A rare sonata written just a few years before its
composer was declared insane has been released for the first time.
Gloucester-born
Ivor Gurney wrote his Violin Sonata in E-Flat Major in 1918 and it has been
archived ever since.
Supporters of
the wartime composer and poet pulled the manuscript from the dark and are now
celebrating its world premiere recording and score release.
The lead
trustee of the Gurney Estate said the release would show that he was "more
than just a song composer".
Ian Venables
added that he hoped it would "add an extra dimension to our
understanding" of the man who lived out his last years in an asylum.
Gurney was only 32 when his mental condition
deteriorated to the point of him being declared insane.

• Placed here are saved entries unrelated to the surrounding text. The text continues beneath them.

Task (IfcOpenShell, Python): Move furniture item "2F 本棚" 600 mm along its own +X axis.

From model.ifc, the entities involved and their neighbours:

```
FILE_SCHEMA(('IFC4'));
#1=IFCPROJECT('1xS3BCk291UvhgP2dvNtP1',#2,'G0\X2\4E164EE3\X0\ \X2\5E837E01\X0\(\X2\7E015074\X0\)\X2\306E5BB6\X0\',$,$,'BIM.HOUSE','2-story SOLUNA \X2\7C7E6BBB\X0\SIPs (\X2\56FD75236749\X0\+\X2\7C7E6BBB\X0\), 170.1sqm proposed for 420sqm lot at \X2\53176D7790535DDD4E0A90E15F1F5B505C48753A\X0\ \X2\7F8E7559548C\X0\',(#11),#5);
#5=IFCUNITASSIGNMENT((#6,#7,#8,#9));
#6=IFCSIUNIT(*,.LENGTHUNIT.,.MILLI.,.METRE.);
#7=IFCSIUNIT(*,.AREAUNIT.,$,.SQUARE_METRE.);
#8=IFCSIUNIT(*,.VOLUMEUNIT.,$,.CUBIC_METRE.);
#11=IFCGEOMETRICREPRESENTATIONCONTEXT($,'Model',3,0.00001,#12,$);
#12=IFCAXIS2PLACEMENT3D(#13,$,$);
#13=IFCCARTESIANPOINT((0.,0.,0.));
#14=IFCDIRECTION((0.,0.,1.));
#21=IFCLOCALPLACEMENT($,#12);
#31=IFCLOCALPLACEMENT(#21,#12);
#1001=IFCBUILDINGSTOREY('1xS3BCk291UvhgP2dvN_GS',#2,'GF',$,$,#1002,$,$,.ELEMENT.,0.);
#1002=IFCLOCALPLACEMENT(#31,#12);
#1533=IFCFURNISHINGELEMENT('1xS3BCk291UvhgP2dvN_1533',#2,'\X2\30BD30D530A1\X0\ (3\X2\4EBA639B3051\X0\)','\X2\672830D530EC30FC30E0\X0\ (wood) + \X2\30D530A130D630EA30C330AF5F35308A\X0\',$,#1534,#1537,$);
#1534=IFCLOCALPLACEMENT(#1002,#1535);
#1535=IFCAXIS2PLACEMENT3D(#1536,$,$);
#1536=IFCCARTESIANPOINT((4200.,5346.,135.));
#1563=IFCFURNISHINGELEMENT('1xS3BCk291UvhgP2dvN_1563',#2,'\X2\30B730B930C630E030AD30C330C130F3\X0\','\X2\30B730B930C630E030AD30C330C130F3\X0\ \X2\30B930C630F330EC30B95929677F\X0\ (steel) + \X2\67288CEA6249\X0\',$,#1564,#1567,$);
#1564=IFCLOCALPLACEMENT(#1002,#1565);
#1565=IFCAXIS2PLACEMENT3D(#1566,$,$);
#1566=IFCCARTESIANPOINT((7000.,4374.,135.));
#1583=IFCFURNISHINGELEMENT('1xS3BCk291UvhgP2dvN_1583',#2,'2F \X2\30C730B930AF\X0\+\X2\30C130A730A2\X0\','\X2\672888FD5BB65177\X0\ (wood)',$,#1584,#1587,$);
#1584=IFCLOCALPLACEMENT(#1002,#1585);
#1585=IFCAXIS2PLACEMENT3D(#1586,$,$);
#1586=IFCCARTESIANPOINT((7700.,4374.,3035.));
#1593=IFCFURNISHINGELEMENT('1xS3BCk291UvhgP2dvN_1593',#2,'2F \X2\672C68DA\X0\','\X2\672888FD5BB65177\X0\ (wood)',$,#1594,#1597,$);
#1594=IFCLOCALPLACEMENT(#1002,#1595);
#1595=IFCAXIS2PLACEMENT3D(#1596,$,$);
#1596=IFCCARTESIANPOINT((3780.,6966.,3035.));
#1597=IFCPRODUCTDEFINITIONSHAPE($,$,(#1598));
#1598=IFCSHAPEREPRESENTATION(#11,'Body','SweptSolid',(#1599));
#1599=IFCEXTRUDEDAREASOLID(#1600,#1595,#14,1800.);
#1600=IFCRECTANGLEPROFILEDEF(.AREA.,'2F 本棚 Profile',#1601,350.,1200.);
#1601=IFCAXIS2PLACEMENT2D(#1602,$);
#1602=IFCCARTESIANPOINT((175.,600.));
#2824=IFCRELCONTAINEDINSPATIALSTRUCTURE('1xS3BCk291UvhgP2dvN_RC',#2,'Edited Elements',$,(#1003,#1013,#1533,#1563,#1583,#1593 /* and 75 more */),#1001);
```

```python
import ifcopenshell
import ifcopenshell.api.geometry
import ifcopenshell.util.placement
import ifcopenshell.util.unit

model = ifcopenshell.open("model.ifc")
unit_scale = ifcopenshell.util.unit.calculate_unit_scale(model)

item = model.by_id(1593)
matrix = ifcopenshell.util.placement.get_local_placement(item.ObjectPlacement)
matrix[:3, 3] += matrix[:3, 0] * 0.6 / unit_scale
ifcopenshell.api.geometry.edit_object_placement(model, product=item, matrix=matrix, is_si=False)

print(ifcopenshell.util.placement.get_local_placement(item.ObjectPlacement).round(3) + 0.0)

model.write("model_rev.ifc")
```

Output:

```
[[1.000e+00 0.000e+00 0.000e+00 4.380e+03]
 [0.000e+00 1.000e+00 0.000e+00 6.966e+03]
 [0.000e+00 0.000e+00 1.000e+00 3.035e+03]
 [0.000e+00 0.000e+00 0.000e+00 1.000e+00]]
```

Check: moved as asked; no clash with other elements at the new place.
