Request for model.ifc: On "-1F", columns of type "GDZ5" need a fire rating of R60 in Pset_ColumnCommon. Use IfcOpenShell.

First a look at what the model holds.

```python
import ifcopenshell
import ifcopenshell.util.element

model = ifcopenshell.open("model.ifc")
print(model.schema)
storey = next(s for s in model.by_type("IfcBuildingStorey") if s.Name == "-1F")
columns = [e for e in ifcopenshell.util.element.get_decomposition(storey) if e.is_a("IfcColumn")]
seen = {}
for e in columns:
    element_type = ifcopenshell.util.element.get_type(e)
    key = (element_type.Name if element_type != e and element_type else None, ifcopenshell.util.element.get_pset(e, "Pset_ColumnCommon", "FireRating"))
    seen[key] = seen.get(key, 0) + 1
for (name, value), count in sorted(seen.items(), key=str):
    print(count, "x", name, "|", value)
```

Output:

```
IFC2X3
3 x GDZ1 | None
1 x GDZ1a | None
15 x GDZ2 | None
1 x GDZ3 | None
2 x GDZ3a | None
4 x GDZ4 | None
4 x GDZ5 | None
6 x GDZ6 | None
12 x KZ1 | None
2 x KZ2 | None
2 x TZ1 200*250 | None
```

```python
import ifcopenshell
import ifcopenshell.api.pset
import ifcopenshell.util.element

model = ifcopenshell.open("model.ifc")

storey = next(s for s in model.by_type("IfcBuildingStorey") if s.Name == "-1F")
columns = [e for e in ifcopenshell.util.element.get_decomposition(storey) if e.is_a("IfcColumn")]

count = 0
for e in columns:
    element_type = ifcopenshell.util.element.get_type(e)
    if element_type in (None, e) or element_type.Name != "GDZ5":
        continue
    # add_pset returns the element's existing set when there is one.
    pset = ifcopenshell.api.pset.add_pset(model, product=e, name="Pset_ColumnCommon")
    ifcopenshell.api.pset.edit_pset(model, pset=pset, properties={"FireRating": "R60"})
    count += 1

print(count, "columns updated")

model.write("model_v2.ifc")
```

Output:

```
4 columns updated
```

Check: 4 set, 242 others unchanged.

He was committed to Barnwood House Asylum,
Gloucester, and later moved to a hospital in Dartford, Kent, where he remained
until his death in 1937, aged 47.
His musical journey began as a Gloucester Cathedral
chorister and organ student, before he moved on to the Royal College of Music
where his studies were interrupted by a call-up to fight in World War One.
It was while he was serving with the
"Glosters" in France that his passion for writing poetry emerged.
Many regard him as a major poet, but Mr Venables said
Gurney thought of himself "as a composer first and poet second".
In total he wrote hundreds of pieces of music but his
Violin Sonata in E-Flat Major was one of only five sonatas he finished, all of
which are stored among 1,347 items in a Gurney
collection at Gloucestershire Archives.
Violinist and musicologist Rupert Marshall-Luck was
invited to study the sonatas, and settled on this one to premiere.
'True
individuality'
After transcribing the original score into a
music-notation program, he worked through it bar-by-bar looking for errors,
deciding how to rectify them, and eventually printing separate violin and piano
parts to be rehearsed and performed.
The work began in 2009, took one year to complete and
was performed in its entirety for the first time at the 2011 English Music
Festival.
That performance was believed to be its first since
it was composed more than 90 years earlier.
Mr Marshall-Luck said the composition indicated
"a composer who was a master craftsman".
"The sweep of the melodic lines, the work's
formal proportions, and, above all, the emotional intensity conveyed bespeaks
an artist of true individuality."
Gurney's Violin Sonata in E-Flat Major is featured on
a CD, called Works for Violin and Piano, released by EM Records.